Le anti-phishing policy sono su due livelli. Per tutte le cassette cloud sono disponibili le spoof settings (a partire da Enable spoof intelligence), gli unauthenticated sender indicators e il first contact safety tip. Solo Defender for Office 365 aggiunge le impersonation settings, con la protezione di Users to protect, dei domini, la mailbox intelligence e i Trusted senders and domains, e i phishing email thresholds, dal livello 1 - Standard al 4 - Most aggressive.

Restano le due protezioni esclusive di Defender for Office 365, che l’esame ama contrapporre. Safe Links esegue la scansione e la riscrittura degli URL nei messaggi in ingresso durante il mail flow e la verifica al momento del clic in email, Teams e app Office supportate; ogni policy ha la propria lista Do not rewrite the following URLs. Safe Attachments apre invece gli allegati in un ambiente virtuale per farli detonare prima della consegna: l’impostazione Safe Attachments unknown malware response offre Off, Monitor, Block (il valore predefinito, nonché quello adottato in Standard e Strict) e Dynamic Delivery. Uno lavora sui link, l’altro sui file: non sono alternative, e nessuno dei due sostituisce l’anti-malware.

Preconfigurato o su misura: l’ordine di precedenza

Le preset security policy si trovano nella sezione Templated policies della pagina Threat policies. Sono tre: Standard, Strict e Built-in protection. Le prime due applicano il set di impostazioni consigliate da Microsoft, praticamente non configurabili; l’assegnazione avviene con un wizard che separa la pagina Apply Exchange Online Protection dalla pagina Apply Defender for Office 365 protection, così da includere nella seconda solo gli utenti con licenza idonea. Built-in protection è un’altra cosa ancora: fornisce la protezione di base Safe Links e Safe Attachments a chi non è già coperto da Standard, da Strict o da policy personalizzate.
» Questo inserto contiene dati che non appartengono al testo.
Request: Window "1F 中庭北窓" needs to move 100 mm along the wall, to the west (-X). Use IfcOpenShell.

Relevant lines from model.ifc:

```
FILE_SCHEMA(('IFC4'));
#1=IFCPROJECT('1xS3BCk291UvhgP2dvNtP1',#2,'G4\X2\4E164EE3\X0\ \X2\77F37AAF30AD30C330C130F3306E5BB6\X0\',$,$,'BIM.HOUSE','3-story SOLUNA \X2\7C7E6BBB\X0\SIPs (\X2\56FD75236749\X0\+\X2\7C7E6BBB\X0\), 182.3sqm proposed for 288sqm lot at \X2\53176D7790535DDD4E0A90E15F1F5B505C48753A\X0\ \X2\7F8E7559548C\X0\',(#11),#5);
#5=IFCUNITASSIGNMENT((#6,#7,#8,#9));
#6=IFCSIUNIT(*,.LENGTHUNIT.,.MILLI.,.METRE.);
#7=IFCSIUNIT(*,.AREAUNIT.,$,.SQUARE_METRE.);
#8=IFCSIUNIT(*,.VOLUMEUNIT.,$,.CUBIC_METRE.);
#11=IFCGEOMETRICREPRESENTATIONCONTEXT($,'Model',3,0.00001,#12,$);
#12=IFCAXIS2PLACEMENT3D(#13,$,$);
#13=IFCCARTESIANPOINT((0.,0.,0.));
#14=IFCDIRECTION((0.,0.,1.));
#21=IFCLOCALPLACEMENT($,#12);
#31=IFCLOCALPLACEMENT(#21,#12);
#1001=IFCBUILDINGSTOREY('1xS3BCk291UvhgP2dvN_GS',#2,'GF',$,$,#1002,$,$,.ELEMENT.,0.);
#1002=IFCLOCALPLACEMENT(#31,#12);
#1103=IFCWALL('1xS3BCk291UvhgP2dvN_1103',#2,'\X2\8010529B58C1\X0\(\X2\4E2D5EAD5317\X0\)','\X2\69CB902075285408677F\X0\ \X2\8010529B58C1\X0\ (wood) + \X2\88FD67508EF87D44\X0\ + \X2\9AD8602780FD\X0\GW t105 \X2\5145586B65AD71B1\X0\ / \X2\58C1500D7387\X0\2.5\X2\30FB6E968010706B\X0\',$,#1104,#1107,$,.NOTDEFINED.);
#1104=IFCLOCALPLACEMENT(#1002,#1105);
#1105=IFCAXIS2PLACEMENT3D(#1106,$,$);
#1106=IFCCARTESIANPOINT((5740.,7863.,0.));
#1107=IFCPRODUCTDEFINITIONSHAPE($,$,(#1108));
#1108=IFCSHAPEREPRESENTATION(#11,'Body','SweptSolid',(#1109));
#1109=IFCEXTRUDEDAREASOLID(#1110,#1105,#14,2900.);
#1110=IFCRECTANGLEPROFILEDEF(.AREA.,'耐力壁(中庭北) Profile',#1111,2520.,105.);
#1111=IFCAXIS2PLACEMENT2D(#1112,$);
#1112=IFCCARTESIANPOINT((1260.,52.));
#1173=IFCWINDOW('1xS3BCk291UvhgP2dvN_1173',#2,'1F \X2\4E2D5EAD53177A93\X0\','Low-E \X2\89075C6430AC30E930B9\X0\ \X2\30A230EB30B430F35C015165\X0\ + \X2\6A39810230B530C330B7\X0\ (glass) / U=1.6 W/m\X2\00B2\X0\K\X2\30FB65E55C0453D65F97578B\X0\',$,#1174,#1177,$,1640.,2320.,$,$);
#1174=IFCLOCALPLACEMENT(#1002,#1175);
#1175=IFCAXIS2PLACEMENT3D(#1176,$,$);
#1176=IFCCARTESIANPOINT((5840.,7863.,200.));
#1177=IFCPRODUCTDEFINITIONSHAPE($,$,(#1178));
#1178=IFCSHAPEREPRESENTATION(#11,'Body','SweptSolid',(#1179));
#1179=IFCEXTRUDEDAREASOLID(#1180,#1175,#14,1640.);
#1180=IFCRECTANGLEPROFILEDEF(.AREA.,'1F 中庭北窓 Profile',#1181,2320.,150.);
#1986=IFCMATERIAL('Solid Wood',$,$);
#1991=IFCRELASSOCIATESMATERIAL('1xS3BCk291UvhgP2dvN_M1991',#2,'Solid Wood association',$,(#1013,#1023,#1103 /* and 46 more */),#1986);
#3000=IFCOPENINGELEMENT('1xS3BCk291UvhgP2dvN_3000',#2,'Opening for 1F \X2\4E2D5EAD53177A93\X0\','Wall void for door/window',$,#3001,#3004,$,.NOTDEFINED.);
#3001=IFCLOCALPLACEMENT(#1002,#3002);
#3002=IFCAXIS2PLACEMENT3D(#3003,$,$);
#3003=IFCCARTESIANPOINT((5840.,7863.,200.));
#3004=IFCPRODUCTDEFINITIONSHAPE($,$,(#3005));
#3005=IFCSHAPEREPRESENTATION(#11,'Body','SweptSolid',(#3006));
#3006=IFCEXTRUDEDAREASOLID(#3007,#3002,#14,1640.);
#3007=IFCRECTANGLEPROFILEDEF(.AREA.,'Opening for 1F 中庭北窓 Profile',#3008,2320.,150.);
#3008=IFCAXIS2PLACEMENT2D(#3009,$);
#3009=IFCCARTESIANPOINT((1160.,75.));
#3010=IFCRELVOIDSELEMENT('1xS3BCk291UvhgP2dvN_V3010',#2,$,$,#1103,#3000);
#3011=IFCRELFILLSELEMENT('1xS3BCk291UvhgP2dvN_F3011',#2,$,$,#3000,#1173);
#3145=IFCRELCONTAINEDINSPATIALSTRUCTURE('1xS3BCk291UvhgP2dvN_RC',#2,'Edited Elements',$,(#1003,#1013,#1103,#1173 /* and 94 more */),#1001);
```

```python
import ifcopenshell
import ifcopenshell.api.geometry
import ifcopenshell.util.placement
import ifcopenshell.util.unit

model = ifcopenshell.open("model.ifc")
unit_scale = ifcopenshell.util.unit.calculate_unit_scale(model)

window = model.by_id(1173)
opening = window.FillsVoids[0].RelatingOpeningElement
wall = opening.VoidsElements[0].RelatingBuildingElement

wall_matrix = ifcopenshell.util.placement.get_local_placement(wall.ObjectPlacement)
shift = wall_matrix[:3, 0] * -0.1 / unit_scale
before = ifcopenshell.util.placement.get_local_placement(window.ObjectPlacement)[:3, 3].copy()

# The window is not placed relative to its opening, so move both.
for product in (opening, window):
    matrix = ifcopenshell.util.placement.get_local_placement(product.ObjectPlacement)
    matrix[:3, 3] += shift
    ifcopenshell.api.geometry.edit_object_placement(model, product=product, matrix=matrix, is_si=False)

after = ifcopenshell.util.placement.get_local_placement(window.ObjectPlacement)[:3, 3]
print("window moved by", (after - before).round(3) + 0.0)

model.write("model_v2.ifc")
```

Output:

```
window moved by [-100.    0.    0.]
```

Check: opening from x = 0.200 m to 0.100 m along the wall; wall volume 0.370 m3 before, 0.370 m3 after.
L’ordine di applicazione va memorizzato: prima Strict, poi Standard, poi le evaluation policy di Defender for Office 365, poi le policy personalizzate secondo il loro valore di Priority (0 è la priorità più alta), infine, allo stesso livello, Built-in protection per Safe Links e Safe Attachments insieme alle policy predefinite di anti-malware, anti-spam e anti-phishing. Il punto che genera più errori: se un destinatario rientra in più policy dello stesso tipo viene applicata solo la prima, senza alcuna fusione fra le impostazioni delle altre. Alle policy predefinite non puoi aggiungere eccezioni, a Built-in protection sì.

Che cosa verifica l’esame

AB-650 è ancora in beta e la soglia di superamento resta 700. Su questo obiettivo aspettati domande di scenario: dato un utente incluso in Strict e in due policy personalizzate, quale set vince; oppure quale protezione scegliere fra Safe Links e Safe Attachments di fronte a un allegato sospetto. Lo strumento da ricordare è il Configuration analyzer, anch’esso in Templated policies, con le schede Standard recommendations, Strict recommendations e Configuration drift analysis and history: confronta le policy esistenti con i profili consigliati e permette di correggere con Apply recommendation. La drift analysis richiede l’Unified Auditing abilitato.